In mehreren europäischen Ländern und Regionen wird nicht mehr mit dem Vakzin von Astrazeneca geimpft. Grund: Vereinzelnd traten schwere gesundheitliche Probleme auf, die teils zum Tod führten. Am Sonntag teilten italienische Behörden mit, dass ein Lehrer sowie ein Militäroffizier nach einer Impfung mit dem Wirkstoff des britisch-schwedische Pharmakonzerns verstorben seien.

Der Hersteller Astrazeneca steht unter Druck. Nach Berichten über mögliche Nebenwirkungen des Corona-Impfstoffs, stoppen die Niederlande die Impfungen Ersteinmal.
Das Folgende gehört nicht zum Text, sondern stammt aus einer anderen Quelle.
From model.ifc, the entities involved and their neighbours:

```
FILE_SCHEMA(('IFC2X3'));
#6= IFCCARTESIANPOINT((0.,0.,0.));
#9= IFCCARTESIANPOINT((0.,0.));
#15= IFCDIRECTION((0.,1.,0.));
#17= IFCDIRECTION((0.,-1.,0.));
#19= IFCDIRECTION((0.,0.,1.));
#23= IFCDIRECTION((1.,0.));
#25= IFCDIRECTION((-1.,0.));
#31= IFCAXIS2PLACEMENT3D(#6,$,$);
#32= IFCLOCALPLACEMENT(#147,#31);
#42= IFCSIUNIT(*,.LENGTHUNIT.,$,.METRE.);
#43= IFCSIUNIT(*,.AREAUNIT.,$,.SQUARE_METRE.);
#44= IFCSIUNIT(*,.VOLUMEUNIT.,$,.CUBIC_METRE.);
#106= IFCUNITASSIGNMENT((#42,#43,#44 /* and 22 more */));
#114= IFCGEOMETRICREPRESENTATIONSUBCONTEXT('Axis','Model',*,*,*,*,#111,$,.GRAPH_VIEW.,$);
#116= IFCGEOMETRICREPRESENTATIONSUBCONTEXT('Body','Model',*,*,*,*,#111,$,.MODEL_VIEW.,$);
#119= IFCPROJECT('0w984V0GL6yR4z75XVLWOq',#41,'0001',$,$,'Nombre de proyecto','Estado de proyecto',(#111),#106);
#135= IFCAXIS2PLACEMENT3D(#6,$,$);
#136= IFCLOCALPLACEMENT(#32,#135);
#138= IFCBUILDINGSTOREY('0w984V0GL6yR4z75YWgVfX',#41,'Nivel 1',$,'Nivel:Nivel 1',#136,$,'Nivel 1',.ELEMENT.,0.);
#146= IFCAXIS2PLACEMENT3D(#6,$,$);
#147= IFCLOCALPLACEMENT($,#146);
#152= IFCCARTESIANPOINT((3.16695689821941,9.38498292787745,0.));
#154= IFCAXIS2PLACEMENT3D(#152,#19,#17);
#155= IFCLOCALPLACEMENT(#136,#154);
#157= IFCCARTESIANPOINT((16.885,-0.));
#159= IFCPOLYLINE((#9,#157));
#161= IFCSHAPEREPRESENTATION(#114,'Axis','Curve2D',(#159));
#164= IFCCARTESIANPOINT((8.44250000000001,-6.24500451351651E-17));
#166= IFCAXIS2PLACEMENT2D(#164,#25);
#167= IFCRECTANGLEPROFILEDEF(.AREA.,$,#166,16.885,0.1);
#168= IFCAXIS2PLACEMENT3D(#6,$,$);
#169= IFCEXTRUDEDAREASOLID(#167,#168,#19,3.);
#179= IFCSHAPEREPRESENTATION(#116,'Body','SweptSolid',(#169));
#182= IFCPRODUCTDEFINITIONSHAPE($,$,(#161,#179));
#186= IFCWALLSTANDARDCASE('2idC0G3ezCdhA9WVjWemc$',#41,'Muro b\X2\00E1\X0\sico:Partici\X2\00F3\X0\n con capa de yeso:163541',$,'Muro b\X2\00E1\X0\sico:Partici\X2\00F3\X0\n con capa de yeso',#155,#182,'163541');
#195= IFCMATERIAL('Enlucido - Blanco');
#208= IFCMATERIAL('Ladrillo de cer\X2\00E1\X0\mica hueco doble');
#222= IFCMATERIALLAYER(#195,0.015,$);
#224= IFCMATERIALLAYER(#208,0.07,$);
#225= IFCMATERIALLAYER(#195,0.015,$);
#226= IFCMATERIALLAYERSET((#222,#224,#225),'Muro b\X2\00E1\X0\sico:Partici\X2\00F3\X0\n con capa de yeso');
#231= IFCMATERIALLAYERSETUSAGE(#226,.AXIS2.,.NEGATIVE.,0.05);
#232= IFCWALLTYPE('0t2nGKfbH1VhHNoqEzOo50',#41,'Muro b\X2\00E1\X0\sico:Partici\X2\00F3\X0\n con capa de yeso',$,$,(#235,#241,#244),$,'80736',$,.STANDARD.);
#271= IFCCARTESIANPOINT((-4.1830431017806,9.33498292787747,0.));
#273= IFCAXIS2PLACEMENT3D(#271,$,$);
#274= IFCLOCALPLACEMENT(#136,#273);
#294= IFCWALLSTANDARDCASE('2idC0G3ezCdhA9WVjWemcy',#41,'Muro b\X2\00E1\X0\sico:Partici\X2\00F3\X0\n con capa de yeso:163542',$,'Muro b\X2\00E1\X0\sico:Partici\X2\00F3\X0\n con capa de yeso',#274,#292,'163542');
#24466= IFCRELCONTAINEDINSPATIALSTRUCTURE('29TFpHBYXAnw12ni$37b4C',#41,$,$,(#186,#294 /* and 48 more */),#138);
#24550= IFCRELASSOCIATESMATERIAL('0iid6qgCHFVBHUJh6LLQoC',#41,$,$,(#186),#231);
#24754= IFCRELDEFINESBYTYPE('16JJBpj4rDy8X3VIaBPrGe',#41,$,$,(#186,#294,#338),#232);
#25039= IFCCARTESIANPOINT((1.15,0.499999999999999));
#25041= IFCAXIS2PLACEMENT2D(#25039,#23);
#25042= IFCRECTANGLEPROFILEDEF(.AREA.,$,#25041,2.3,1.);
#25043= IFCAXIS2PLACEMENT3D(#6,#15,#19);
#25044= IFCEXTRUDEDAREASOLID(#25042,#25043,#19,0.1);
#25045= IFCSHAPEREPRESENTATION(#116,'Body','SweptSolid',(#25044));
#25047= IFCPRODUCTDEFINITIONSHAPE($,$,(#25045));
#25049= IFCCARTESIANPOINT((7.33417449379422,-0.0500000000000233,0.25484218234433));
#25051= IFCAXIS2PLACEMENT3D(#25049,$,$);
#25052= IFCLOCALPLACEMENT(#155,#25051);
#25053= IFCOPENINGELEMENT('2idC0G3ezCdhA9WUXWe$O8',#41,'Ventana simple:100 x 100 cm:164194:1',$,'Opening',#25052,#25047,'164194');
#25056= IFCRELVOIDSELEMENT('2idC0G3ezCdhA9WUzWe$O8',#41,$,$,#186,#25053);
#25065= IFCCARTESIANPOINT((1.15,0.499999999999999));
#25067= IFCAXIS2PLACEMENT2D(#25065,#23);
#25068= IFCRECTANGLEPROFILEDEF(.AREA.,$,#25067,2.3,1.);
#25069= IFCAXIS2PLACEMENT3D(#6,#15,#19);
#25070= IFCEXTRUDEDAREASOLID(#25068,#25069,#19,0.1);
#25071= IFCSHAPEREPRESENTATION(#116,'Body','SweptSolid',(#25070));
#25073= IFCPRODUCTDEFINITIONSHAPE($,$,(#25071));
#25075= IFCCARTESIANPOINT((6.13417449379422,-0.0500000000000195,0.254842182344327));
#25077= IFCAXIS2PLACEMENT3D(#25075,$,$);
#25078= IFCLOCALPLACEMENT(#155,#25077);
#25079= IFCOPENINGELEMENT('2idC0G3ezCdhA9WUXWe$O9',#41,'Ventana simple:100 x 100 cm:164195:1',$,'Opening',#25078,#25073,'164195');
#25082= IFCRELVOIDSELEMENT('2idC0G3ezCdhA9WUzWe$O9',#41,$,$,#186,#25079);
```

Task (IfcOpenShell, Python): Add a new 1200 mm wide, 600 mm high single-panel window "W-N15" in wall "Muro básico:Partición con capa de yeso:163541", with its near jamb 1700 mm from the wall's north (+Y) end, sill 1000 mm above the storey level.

```python
import numpy as np
import ifcopenshell
import ifcopenshell.api.feature
import ifcopenshell.api.geometry
import ifcopenshell.api.root
import ifcopenshell.api.spatial
import ifcopenshell.api.type
import ifcopenshell.geom
import ifcopenshell.util.element
import ifcopenshell.util.placement
import ifcopenshell.util.representation
import ifcopenshell.util.shape
import ifcopenshell.util.unit

model = ifcopenshell.open("model.ifc")
unit_scale = ifcopenshell.util.unit.calculate_unit_scale(model)
settings = ifcopenshell.geom.settings()


def volume(element):
    """Net volume in cubic metres, openings subtracted."""
    shape = ifcopenshell.geom.create_shape(settings, element)
    return ifcopenshell.util.shape.get_volume(shape.geometry)


wall = model.by_guid("2idC0G3ezCdhA9WVjWemc$")
storey = ifcopenshell.util.element.get_container(wall, ifc_class="IfcBuildingStorey")
context = ifcopenshell.util.representation.get_context(model, "Model", "Body", "MODEL_VIEW")
before = volume(wall)

width, height, from_end, sill = 1.2, 0.6, 1.7, 1  # metres

# The wall runs along its own X axis, and the end named is its -X end.
wall_shape = ifcopenshell.geom.create_shape(settings, wall)
x, y, z = ifcopenshell.util.shape.get_vertices(wall_shape.geometry).T
start = x.min() + from_end
face, thickness = float(y.min()), float(y.max() - y.min())
wall_matrix = ifcopenshell.util.placement.get_local_placement(wall.ObjectPlacement)
level = ifcopenshell.util.placement.get_local_placement(storey.ObjectPlacement)[2, 3]


def in_wall(x, y):
    """Placement at x, y metres in the wall's axes, at sill height."""
    matrix = wall_matrix.copy()
    matrix[:, 3] = wall_matrix @ np.array([x / unit_scale, y / unit_scale, 0.0, 1.0])
    matrix[2, 3] = level + sill / unit_scale
    return matrix


# Opening: a box that overshoots both wall faces by 50 mm.
opening = ifcopenshell.api.root.create_entity(model, ifc_class="IfcOpeningElement")
box = ifcopenshell.api.geometry.add_wall_representation(
    model, context=context, length=width, height=height, thickness=thickness + 0.1
)
ifcopenshell.api.geometry.assign_representation(model, product=opening, representation=box)
ifcopenshell.api.geometry.edit_object_placement(model, product=opening, matrix=in_wall(start, face - 0.05), is_si=False)
ifcopenshell.api.feature.add_feature(model, feature=opening, element=wall)

window = ifcopenshell.api.root.create_entity(model, ifc_class="IfcWindow", name="W-N15")
window.OverallWidth, window.OverallHeight = width / unit_scale, height / unit_scale
body = ifcopenshell.api.geometry.add_window_representation(
    model,
    context=context,
    overall_width=window.OverallWidth,
    overall_height=window.OverallHeight,
    partition_type="SINGLE_PANEL",
)
ifcopenshell.api.geometry.assign_representation(model, product=window, representation=body)
ifcopenshell.api.spatial.assign_container(model, products=[window], relating_structure=storey)
fills = ifcopenshell.api.feature.add_filling(model, opening=opening, element=window)
fills.OwnerHistory = window.OwnerHistory  # required in IFC2X3

# IFC2X3 keeps the operation on the window style.
style = ifcopenshell.api.root.create_entity(model, ifc_class="IfcWindowStyle", name="W-N15")
style.OperationType, style.ConstructionType = "SINGLE_PANEL", "NOTDEFINED"
style.ParameterTakesPrecedence = style.Sizeable = False
ifcopenshell.api.type.assign_type(model, related_objects=[window], relating_type=style)

# Centre the window in the wall's thickness.
ifcopenshell.api.geometry.edit_object_placement(model, product=window, matrix=in_wall(start, face), is_si=False)
window_shape = ifcopenshell.geom.create_shape(settings, window)
depth = ifcopenshell.util.shape.get_vertices(window_shape.geometry)[:, 1]
offset = face + thickness / 2 - (depth.min() + depth.max()) / 2
ifcopenshell.api.geometry.edit_object_placement(model, product=window, matrix=in_wall(start, offset), is_si=False)

after = volume(wall)

print(f"wall volume {before:.3f} -> {after:.3f} m3")

model.write("model_updated.ifc")
```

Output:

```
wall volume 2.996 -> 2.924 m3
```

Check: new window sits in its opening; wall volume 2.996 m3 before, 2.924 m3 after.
Für zunächst zwei Wochen setzt auch die Niederlande Impfungen mit dem Impfstoff des britisch-schwedischen Pharmakonzerns Astrazeneca aus. Grund für die Entscheidung seien neuen „neuer Informationen“, teilte Gesundheitsminister Hugo de Jonge am späten Sonntagabend mit. Er bezog sich dabei auf sechs Fälle möglicher Nebenwirkungen in Dänemark und Norwegen an diesem Wochenende. Nach Angaben des Ministeriums wurden in den Niederlanden bisher keine Fälle von schweren Nebenwirkungen bekannt. „Wir müssen immer auf Nummer sicher gehen“, sagte der Minister. „Daher ist es klug, nun auf die Pausetaste zu drücken.“

Großbritannien setzt weiter auf den Impfstoff von Astrazeneca. Das Land blockiert außerdem Lieferungen in andere Länder. Dies führt zu massiven Problemen bei der Versorgung mit Impfstoffen. „Wir prüfen die Berichte genau, aber angesichts der großen Anzahl verabreichter Dosen und der Häufigkeit, mit der Blutgerinnsel auf natürliche Weise auftreten können, deuten die verfügbaren Beweise nicht darauf hin, dass der Impfstoff die Ursache ist“, erläutert Phil Bryan von der britischen Aufsichtsbehörde für Arzneimittel (MHRA) in einer Mitteilung. „Alle Menschen sollten sich gegen Covid-19 impfen lassen, wenn sie dazu aufgefordert werden“, sagte Bryan

Der Impfstoff von Astrazeneca sorgt weiter für Diskussionen. Jetzt hat Indien angekündigt, in der nächsten Woche mit einer eingehenden Untersuchung zu möglichen gefährlichen Nebenwirkungen des Corona-Impfstoffs zu beginnen.

Eine Verbindung zwischen Impfung und Tod konnte bilang aber nicht festgestellt worden. Am Abend betonte Astrazeneca erneut die Sicherheit seines Impfstoffs.